Estos dos casos, por
demás horribles, pero que pueden servir de gran escarmiento, son la fiel
expresión de aquellas palabras de la Sagrada Escritura: “De Dios nadie se ríe”. Y
mayores serían aún los castigos si estos sacrilegios los cometieran (lo que
Dios no permita) personas religiosas o ministros de Dios.
Narra la Historia que cierto rey del antiguo
país de Etiopía había confiado a un general de su ejército a su hijo, que era
único, y por tanto debería sucederle en el trono con la dignidad
correspondiente a tan elevada misión. Aquel general aprovechó con la mayor
indignidad la confianza que en él había depositado su rey, con intención de
hacerle traición, envenenando, lenta, pero eficazmente al hijo, para conseguir
que muriera y así apoderarse del gobierno de la nación. Habiéndose enterado el
rey de tan siniestras como crueles intenciones, montando en justa ira, mandó
ataran a un palo al general en medio de la Plaza Mayor, y, presente; todo el
ejército, arco en ristre, afeó su conducta con estas palabras: ¿Así, miserable,
querías corresponder a mis esperanzas y a la confianza depositada en ti? Recibe,
pues, el castigo que mereces. Y, dada la orden, cientos y miles de flechas envenenadas
atravesaron el pecho y el corazón de aquel general cruel y traidor para con su
rey. Pues
bien, esta terrible escena se repetirá eternamente en el infierno contra los sacrílegos
que hayan correspondido mal a los favores de Dios y a las gracias de la Santa
Comunión; para éstos será mucho peor su suerte. ¿Has oído lo que dicen del avispero?
Discípulo —No, Padre; cuéntemelo.
Maestro —Un fulano,
mientras paseaba cierto día por el campo, topó con un montón de tierra de la
forma de un grande sombrero lleno de agujeros, oyéndose dentro del mismo un
leve, pero animado susurro. Se detiene acusado por la curiosidad, se asoma, y con
la punta del bastón, hurga los pequeños agujeros. ¡Pobrecillo, ojalá no se le hubiese ocurrido hacer esto! Era un
enorme avispero; al momento de meter el bastón, salen precipitadamente millares
de avispas irritadas, y todas a la vez se agolpan en él y le acribillan a
picaduras de la manera más furiosa y terrible.

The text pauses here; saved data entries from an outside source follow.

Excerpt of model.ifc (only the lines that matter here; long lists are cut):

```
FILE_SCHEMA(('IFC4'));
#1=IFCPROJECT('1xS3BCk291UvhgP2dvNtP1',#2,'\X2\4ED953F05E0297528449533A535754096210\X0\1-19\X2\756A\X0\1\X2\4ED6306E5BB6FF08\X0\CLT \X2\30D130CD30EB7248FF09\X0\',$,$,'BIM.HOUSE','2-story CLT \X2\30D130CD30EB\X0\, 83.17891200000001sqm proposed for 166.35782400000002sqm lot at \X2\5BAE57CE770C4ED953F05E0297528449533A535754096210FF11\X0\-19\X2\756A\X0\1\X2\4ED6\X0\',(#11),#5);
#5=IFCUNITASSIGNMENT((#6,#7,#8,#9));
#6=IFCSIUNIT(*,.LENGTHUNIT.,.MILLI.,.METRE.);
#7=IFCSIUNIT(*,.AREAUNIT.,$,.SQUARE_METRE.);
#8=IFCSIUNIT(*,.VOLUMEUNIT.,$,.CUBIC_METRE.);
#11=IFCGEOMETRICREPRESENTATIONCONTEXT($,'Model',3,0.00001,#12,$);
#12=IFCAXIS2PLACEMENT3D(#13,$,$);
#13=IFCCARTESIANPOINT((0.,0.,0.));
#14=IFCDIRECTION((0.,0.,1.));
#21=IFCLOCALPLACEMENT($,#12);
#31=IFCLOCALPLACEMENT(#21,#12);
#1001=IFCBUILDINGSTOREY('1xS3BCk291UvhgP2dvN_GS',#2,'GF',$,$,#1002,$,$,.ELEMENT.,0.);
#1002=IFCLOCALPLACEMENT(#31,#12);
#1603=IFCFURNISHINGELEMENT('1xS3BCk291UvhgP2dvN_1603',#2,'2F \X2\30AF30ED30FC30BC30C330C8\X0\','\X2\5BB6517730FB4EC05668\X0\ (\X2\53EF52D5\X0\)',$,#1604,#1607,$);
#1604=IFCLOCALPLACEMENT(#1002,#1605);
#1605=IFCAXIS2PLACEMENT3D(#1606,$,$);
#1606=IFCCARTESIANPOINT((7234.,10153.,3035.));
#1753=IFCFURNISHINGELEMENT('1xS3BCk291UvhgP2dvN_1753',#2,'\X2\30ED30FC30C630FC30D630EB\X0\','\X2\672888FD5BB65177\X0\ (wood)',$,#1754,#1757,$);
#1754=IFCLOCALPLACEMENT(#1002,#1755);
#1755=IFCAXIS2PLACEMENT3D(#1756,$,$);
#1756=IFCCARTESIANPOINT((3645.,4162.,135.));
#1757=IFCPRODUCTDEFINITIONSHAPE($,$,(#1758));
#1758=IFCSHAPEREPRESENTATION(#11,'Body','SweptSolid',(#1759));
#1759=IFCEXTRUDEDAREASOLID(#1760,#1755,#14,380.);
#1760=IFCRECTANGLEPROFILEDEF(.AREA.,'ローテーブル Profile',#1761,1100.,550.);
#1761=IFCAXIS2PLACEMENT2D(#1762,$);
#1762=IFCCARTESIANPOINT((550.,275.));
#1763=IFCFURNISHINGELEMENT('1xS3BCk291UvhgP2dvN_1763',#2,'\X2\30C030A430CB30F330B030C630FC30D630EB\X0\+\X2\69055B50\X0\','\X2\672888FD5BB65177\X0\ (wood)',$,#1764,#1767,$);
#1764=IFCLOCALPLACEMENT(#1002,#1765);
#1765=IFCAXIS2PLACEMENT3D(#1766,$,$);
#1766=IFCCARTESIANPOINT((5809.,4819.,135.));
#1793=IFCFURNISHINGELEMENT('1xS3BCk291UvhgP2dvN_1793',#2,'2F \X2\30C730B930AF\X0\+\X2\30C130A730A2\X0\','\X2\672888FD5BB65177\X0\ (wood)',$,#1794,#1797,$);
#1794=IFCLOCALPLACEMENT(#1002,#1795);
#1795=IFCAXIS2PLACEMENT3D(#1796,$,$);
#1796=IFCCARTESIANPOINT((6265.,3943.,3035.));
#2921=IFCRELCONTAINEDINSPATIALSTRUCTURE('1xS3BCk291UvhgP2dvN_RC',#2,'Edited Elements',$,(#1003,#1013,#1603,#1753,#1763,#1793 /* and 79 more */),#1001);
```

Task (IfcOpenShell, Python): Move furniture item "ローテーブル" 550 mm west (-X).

```python
import ifcopenshell
import ifcopenshell.api.geometry
import ifcopenshell.util.placement
import ifcopenshell.util.unit

model = ifcopenshell.open("model.ifc")
unit_scale = ifcopenshell.util.unit.calculate_unit_scale(model)

item = model.by_guid("1xS3BCk291UvhgP2dvN_1753")
matrix = ifcopenshell.util.placement.get_local_placement(item.ObjectPlacement)
matrix[0, 3] -= 0.55 / unit_scale
ifcopenshell.api.geometry.edit_object_placement(model, product=item, matrix=matrix, is_si=False)

print(ifcopenshell.util.placement.get_local_placement(item.ObjectPlacement).round(3) + 0.0)

model.write("model-out.ifc")
```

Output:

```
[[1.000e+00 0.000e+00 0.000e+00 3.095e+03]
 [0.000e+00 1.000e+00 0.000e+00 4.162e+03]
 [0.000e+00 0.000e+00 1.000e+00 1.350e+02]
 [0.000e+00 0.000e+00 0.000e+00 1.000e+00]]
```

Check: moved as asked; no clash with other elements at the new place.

El pobre desventurado se
defendía furiosamente para librarse; pero con esto irritaba a las avispas que,
enfurecidas, hunden sus aguijones en el pobre infeliz, hasta el punto de que
este, hinchada la cara y la cabeza, cae extenuado y muere entre horribles convulsiones. Todos los
sacrilegios, con tantísima frecuencia cometidos por cientos y por miles de
veces tendrán también sus avispas que en el infierno atormentarán eternamente a
los religiosos y sacerdotes que hayan abusado de su vocación y ministerio y
héchose reos de sacrilegios en este misterio de amor. Con la particularidad de que estas avispas
no desaparecerán, como ellos, nunca jamás, renovándose constantemente estas
torturas.
D. —
¡Dios mío, qué castigos tan horrorosos! Pero, Padre, yo creo que habrá muy
pocos de estos sacerdotes y religiosos.
M.
— Confiemos que serán pocos, porque Dios
los protege y guarda, y Jesucristo los defiende como la pupila de sus ojos;
pero difícil será que no haya alguna sorpresa desagradable.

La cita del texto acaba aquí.